• _What is needed_: Please write out, exactly as given, every line of the entries below up to and including the line with "#176=IFCMATERIALLIST((#169,#170));".
= = = =
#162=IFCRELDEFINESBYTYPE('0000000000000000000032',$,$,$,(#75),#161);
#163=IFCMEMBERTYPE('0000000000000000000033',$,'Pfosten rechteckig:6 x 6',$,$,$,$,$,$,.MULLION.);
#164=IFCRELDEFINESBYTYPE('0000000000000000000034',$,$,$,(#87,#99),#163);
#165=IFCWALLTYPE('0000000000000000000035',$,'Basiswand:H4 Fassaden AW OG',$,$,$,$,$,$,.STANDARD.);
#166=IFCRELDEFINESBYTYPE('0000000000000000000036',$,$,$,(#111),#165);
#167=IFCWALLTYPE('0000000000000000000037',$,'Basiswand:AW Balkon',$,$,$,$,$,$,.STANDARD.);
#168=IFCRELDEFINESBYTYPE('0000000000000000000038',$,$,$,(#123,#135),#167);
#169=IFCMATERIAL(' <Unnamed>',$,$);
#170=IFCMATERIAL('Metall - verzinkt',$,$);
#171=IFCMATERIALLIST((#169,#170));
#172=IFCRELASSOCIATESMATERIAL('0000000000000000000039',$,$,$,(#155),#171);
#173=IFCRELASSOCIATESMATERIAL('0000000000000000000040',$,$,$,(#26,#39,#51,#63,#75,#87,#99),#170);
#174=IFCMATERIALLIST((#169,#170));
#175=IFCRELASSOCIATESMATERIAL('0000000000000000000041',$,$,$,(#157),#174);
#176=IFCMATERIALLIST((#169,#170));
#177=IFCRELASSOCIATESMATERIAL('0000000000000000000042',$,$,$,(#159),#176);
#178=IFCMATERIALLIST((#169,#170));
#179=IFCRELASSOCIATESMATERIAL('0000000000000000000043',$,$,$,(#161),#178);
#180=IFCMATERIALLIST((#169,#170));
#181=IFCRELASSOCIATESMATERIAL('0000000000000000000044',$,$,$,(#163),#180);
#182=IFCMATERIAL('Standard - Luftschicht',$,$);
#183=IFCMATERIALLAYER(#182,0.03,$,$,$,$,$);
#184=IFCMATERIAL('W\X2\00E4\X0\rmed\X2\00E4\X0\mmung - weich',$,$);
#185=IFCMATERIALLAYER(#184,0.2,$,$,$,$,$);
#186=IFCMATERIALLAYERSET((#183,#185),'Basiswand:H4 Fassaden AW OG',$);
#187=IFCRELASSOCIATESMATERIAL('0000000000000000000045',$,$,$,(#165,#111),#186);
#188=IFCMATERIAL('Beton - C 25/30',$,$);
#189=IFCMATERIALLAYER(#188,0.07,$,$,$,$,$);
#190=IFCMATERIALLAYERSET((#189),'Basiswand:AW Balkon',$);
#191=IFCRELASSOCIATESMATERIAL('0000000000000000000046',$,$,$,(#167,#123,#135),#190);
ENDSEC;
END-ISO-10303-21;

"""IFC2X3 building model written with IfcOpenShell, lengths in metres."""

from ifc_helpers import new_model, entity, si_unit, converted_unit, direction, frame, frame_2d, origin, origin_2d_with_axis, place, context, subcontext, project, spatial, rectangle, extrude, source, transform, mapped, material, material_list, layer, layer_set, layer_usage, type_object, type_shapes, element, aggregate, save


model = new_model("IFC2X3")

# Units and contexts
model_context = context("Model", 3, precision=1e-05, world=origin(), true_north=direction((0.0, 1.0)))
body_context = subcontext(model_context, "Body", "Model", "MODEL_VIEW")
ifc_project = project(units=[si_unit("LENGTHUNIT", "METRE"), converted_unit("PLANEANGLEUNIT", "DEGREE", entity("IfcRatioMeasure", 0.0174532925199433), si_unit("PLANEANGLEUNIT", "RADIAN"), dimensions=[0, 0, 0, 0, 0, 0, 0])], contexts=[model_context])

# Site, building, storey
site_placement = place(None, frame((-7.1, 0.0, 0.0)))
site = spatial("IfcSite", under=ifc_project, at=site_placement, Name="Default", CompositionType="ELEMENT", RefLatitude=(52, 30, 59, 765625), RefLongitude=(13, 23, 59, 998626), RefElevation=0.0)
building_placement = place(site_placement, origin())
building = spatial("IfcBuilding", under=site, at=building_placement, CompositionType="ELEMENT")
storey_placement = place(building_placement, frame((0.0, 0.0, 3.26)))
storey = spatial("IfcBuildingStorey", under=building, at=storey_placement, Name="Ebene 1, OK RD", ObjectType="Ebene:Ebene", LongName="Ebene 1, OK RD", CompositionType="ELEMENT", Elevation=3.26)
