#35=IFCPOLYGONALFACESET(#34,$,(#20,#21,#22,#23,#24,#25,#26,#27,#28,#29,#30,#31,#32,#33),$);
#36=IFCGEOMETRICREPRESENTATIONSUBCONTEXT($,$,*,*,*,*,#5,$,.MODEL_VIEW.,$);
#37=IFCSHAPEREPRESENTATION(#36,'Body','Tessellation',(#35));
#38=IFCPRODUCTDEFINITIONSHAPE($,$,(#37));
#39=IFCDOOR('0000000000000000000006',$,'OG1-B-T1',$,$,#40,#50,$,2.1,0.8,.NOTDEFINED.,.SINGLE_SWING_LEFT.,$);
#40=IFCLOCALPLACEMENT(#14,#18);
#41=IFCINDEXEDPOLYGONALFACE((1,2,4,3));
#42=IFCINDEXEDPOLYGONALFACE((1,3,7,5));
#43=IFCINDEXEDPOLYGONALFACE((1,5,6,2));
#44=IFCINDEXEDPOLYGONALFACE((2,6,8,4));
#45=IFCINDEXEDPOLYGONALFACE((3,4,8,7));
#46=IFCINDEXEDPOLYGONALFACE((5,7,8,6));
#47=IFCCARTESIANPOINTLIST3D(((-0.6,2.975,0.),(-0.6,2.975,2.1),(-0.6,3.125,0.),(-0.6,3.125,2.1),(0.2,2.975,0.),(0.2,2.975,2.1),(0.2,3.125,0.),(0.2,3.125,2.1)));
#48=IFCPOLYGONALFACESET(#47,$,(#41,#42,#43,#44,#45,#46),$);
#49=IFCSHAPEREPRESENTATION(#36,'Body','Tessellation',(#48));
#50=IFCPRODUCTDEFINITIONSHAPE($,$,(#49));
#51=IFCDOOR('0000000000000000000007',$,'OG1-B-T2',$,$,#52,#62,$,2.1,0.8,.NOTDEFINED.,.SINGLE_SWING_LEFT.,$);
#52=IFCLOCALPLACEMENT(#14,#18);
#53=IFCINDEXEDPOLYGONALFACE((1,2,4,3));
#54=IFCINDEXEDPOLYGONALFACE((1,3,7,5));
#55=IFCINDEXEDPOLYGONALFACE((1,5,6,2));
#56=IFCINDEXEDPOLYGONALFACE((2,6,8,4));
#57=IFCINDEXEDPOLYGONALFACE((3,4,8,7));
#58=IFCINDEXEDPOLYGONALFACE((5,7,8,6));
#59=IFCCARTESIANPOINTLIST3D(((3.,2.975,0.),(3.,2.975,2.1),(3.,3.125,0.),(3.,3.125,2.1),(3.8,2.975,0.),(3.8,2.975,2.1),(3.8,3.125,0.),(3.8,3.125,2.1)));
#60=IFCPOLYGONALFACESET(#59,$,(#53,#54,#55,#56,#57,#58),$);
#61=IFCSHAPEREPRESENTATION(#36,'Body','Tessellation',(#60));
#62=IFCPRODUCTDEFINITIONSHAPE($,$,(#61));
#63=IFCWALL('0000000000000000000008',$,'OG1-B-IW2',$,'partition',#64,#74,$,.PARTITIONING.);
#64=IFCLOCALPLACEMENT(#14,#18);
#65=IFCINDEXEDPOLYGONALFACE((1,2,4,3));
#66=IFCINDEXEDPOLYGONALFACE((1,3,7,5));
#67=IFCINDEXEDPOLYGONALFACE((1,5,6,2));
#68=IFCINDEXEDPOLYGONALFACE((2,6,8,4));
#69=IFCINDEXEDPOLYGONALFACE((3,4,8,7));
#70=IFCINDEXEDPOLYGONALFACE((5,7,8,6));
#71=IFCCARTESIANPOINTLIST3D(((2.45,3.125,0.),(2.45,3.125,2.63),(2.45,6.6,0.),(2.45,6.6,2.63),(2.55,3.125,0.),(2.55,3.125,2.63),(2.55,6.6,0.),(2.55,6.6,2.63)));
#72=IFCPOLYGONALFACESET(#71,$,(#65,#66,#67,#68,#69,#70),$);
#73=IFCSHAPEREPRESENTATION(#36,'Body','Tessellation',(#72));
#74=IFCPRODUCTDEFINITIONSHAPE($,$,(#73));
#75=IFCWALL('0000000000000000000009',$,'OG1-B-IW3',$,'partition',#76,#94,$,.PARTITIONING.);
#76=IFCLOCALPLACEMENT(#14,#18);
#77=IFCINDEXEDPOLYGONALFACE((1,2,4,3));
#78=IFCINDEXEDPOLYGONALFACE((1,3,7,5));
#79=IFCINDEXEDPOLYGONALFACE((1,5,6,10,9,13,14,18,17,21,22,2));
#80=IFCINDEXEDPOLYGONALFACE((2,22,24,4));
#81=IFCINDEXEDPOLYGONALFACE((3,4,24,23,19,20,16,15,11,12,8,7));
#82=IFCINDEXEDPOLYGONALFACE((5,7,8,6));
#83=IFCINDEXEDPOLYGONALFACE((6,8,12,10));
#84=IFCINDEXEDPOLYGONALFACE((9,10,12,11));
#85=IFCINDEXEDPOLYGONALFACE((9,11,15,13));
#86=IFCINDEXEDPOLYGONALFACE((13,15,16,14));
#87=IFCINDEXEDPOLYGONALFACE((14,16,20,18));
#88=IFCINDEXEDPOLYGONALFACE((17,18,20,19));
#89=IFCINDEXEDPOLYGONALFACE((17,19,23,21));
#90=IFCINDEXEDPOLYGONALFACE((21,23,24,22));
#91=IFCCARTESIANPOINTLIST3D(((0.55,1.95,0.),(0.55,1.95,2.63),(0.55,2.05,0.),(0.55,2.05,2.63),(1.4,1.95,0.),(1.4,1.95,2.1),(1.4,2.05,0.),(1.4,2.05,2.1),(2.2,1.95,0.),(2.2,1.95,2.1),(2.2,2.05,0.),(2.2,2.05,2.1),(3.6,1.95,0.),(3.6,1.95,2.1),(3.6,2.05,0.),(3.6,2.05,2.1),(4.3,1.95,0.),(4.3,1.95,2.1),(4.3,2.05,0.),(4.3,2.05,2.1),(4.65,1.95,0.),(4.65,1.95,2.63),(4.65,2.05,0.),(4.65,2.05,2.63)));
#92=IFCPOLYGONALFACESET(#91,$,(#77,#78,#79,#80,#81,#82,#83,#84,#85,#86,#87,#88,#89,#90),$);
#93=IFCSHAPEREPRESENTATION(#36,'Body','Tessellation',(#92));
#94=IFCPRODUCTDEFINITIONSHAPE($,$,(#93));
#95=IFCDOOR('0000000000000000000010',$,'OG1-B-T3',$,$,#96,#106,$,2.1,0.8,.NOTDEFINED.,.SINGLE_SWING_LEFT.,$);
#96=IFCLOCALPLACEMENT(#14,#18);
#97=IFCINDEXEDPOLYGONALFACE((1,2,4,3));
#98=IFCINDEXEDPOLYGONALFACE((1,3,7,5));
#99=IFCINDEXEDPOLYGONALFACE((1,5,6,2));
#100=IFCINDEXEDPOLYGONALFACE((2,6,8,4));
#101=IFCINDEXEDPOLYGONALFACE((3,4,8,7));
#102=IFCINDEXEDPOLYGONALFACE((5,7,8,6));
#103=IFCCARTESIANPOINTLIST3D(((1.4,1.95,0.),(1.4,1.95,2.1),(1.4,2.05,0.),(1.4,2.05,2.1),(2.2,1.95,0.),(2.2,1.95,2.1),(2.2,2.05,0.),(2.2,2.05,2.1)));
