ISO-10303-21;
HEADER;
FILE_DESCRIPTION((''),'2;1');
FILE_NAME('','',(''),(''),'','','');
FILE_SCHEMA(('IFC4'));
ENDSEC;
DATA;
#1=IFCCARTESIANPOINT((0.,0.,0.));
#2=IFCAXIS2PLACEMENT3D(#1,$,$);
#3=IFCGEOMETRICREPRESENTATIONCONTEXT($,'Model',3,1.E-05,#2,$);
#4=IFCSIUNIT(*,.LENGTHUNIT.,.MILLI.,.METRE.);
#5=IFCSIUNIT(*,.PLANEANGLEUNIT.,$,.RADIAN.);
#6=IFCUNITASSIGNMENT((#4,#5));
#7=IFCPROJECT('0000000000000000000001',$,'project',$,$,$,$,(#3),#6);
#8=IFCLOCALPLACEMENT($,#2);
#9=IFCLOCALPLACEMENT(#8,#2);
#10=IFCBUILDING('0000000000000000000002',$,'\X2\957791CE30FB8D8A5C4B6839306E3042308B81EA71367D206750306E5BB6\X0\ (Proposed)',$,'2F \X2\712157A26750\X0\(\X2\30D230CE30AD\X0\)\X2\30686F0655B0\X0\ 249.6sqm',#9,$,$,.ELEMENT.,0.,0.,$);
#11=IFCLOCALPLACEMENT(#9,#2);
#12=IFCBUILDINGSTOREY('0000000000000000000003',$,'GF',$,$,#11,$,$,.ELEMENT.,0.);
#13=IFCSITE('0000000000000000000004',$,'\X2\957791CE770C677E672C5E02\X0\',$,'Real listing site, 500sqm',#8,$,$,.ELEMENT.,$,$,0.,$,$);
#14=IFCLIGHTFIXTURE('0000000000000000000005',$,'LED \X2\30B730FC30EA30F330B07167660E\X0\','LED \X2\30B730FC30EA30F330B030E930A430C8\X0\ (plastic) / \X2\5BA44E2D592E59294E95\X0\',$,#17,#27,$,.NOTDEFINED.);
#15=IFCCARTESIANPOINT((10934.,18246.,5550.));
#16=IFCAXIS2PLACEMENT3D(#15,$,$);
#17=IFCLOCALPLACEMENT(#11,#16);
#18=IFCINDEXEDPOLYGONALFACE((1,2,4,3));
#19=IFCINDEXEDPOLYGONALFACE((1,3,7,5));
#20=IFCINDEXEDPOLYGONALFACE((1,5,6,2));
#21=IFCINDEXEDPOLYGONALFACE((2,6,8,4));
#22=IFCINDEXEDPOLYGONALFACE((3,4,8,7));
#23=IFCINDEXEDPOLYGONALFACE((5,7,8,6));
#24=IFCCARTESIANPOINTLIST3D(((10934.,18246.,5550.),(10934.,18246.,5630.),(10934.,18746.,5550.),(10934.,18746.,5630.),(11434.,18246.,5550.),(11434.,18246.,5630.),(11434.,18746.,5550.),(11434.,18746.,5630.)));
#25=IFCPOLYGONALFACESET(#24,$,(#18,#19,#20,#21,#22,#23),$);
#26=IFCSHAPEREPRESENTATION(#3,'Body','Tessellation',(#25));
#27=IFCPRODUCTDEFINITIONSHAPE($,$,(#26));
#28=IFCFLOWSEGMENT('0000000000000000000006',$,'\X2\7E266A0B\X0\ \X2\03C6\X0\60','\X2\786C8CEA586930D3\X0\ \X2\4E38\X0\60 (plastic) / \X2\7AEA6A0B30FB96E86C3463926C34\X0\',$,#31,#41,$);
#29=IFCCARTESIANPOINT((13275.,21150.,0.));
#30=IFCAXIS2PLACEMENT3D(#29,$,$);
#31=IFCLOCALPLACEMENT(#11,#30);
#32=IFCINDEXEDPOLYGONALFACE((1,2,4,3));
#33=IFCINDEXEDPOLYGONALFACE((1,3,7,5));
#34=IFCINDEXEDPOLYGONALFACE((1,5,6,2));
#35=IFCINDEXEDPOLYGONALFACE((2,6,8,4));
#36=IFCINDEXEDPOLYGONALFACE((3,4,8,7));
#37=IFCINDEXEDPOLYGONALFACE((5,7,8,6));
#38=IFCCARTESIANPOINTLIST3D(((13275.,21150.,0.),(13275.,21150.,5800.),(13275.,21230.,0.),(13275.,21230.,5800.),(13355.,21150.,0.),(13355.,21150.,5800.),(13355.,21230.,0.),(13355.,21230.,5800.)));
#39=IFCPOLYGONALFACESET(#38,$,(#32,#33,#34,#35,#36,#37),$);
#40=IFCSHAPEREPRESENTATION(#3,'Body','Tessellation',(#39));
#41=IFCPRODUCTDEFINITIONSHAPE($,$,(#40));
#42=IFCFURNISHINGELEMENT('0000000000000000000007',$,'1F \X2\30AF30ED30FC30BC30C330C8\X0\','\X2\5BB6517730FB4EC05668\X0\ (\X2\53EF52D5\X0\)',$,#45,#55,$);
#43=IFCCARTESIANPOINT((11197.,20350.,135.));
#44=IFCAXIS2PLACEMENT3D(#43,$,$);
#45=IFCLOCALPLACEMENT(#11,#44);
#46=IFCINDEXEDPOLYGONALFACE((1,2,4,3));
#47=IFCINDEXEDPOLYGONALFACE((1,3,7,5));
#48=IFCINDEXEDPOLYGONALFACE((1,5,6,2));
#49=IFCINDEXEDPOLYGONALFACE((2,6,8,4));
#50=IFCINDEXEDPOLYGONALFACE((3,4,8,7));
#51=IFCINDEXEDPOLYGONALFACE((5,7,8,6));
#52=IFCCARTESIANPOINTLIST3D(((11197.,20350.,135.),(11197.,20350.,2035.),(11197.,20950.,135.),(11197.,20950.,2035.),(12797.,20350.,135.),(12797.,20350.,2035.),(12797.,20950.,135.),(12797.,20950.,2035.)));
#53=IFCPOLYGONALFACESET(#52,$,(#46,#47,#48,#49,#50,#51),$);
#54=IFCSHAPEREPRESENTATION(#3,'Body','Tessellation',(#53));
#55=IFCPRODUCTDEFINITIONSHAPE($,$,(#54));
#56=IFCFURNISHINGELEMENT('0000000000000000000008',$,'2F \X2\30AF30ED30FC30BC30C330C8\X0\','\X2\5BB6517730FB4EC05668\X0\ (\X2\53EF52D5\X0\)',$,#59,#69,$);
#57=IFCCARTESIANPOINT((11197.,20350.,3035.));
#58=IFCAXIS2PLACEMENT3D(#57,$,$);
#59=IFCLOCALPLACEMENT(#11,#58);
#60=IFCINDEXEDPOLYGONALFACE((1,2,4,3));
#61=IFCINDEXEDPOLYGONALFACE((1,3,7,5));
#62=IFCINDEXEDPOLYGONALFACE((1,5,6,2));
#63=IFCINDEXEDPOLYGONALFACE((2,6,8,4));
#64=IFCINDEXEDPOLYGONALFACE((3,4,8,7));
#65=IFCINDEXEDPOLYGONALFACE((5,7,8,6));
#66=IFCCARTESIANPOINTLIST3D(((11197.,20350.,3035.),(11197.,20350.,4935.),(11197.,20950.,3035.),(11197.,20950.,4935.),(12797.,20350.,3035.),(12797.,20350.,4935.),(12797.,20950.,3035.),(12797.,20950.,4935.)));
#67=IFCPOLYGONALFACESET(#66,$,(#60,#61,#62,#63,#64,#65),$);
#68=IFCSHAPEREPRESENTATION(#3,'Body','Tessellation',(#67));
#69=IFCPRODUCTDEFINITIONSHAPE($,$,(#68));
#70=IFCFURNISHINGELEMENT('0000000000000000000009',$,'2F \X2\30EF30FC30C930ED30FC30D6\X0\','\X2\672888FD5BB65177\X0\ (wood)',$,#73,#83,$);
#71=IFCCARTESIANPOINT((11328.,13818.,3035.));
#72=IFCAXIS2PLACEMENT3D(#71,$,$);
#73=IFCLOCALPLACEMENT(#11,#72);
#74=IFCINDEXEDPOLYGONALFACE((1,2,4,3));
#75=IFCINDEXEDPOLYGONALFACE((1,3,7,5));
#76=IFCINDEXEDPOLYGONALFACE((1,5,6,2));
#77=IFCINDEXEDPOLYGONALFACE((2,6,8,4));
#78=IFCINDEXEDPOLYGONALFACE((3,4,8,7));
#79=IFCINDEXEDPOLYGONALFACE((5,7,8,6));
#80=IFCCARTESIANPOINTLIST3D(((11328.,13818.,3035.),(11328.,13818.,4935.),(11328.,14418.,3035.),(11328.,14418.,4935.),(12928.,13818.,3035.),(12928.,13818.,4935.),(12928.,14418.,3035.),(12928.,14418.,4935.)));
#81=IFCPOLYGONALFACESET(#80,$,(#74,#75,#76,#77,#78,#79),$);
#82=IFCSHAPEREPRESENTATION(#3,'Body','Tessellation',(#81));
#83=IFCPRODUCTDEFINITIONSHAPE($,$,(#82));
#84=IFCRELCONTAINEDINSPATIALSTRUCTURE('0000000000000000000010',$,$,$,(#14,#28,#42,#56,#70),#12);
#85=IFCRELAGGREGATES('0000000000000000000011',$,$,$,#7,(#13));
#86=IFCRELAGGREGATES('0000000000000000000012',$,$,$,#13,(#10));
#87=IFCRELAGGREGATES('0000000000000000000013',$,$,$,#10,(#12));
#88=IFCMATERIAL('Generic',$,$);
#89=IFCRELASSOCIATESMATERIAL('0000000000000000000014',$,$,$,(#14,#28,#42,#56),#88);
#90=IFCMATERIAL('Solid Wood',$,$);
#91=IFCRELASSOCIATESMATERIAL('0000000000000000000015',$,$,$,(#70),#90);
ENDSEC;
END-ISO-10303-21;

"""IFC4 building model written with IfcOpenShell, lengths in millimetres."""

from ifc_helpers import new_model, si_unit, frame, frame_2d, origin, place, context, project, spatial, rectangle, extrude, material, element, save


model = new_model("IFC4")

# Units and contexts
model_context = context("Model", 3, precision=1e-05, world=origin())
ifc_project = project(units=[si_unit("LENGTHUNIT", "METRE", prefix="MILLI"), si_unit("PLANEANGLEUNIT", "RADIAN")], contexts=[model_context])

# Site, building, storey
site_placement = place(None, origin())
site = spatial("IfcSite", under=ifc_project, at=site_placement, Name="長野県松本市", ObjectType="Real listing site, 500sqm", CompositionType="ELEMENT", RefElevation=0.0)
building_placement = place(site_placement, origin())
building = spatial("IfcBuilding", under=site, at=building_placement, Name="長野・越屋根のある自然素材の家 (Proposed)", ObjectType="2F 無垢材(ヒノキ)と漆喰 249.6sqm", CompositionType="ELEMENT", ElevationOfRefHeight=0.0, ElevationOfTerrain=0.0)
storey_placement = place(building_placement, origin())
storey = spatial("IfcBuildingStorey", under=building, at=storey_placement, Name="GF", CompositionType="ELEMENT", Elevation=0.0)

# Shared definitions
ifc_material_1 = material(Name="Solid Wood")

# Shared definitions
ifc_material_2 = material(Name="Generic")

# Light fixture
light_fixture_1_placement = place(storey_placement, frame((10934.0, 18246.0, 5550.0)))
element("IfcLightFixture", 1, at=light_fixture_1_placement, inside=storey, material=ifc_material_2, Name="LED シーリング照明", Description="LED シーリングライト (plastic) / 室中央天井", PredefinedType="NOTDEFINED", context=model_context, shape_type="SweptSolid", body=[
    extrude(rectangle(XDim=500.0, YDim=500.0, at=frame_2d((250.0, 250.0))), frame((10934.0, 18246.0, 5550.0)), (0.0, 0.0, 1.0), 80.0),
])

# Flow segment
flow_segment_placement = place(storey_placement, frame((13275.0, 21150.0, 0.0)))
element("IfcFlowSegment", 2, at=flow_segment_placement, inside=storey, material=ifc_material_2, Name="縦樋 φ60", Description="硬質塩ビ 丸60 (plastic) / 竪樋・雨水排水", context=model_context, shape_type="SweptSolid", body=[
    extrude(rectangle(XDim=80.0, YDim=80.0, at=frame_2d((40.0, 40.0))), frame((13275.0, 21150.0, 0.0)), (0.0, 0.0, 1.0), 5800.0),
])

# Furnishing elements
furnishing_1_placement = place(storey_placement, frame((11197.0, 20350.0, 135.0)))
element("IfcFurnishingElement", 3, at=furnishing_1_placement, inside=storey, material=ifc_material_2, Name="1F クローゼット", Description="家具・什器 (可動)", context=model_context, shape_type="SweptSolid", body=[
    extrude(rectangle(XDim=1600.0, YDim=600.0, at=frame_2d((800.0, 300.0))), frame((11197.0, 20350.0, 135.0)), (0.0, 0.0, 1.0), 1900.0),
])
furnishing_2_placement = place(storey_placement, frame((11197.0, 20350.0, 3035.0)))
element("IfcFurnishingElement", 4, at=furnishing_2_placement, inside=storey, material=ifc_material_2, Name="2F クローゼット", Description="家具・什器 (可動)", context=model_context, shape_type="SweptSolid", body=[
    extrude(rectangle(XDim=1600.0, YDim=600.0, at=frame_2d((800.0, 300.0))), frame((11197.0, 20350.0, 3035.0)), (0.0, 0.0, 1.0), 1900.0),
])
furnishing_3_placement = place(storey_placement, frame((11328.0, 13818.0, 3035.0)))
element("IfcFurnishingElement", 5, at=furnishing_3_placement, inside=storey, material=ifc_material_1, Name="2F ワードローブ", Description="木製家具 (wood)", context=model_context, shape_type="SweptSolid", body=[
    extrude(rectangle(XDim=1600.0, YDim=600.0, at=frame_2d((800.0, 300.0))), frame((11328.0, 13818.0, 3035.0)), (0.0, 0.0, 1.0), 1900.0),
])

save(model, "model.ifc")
= = = =
• _Expected answer_:
#162=IFCRELDEFINESBYTYPE('0000000000000000000032',$,$,$,(#75),#161);
#163=IFCMEMBERTYPE('0000000000000000000033',$,'Pfosten rechteckig:6 x 6',$,$,$,$,$,$,.MULLION.);
#164=IFCRELDEFINESBYTYPE('0000000000000000000034',$,$,$,(#87,#99),#163);
#165=IFCWALLTYPE('0000000000000000000035',$,'Basiswand:H4 Fassaden AW OG',$,$,$,$,$,$,.STANDARD.);
#166=IFCRELDEFINESBYTYPE('0000000000000000000036',$,$,$,(#111),#165);
#167=IFCWALLTYPE('0000000000000000000037',$,'Basiswand:AW Balkon',$,$,$,$,$,$,.STANDARD.);
#168=IFCRELDEFINESBYTYPE('0000000000000000000038',$,$,$,(#123,#135),#167);
#169=IFCMATERIAL(' <Unnamed>',$,$);
#170=IFCMATERIAL('Metall - verzinkt',$,$);
#171=IFCMATERIALLIST((#169,#170));
#172=IFCRELASSOCIATESMATERIAL('0000000000000000000039',$,$,$,(#155),#171);
#173=IFCRELASSOCIATESMATERIAL('0000000000000000000040',$,$,$,(#26,#39,#51,#63,#75,#87,#99),#170);
#174=IFCMATERIALLIST((#169,#170));
#175=IFCRELASSOCIATESMATERIAL('0000000000000000000041',$,$,$,(#157),#174);
#176=IFCMATERIALLIST((#169,#170));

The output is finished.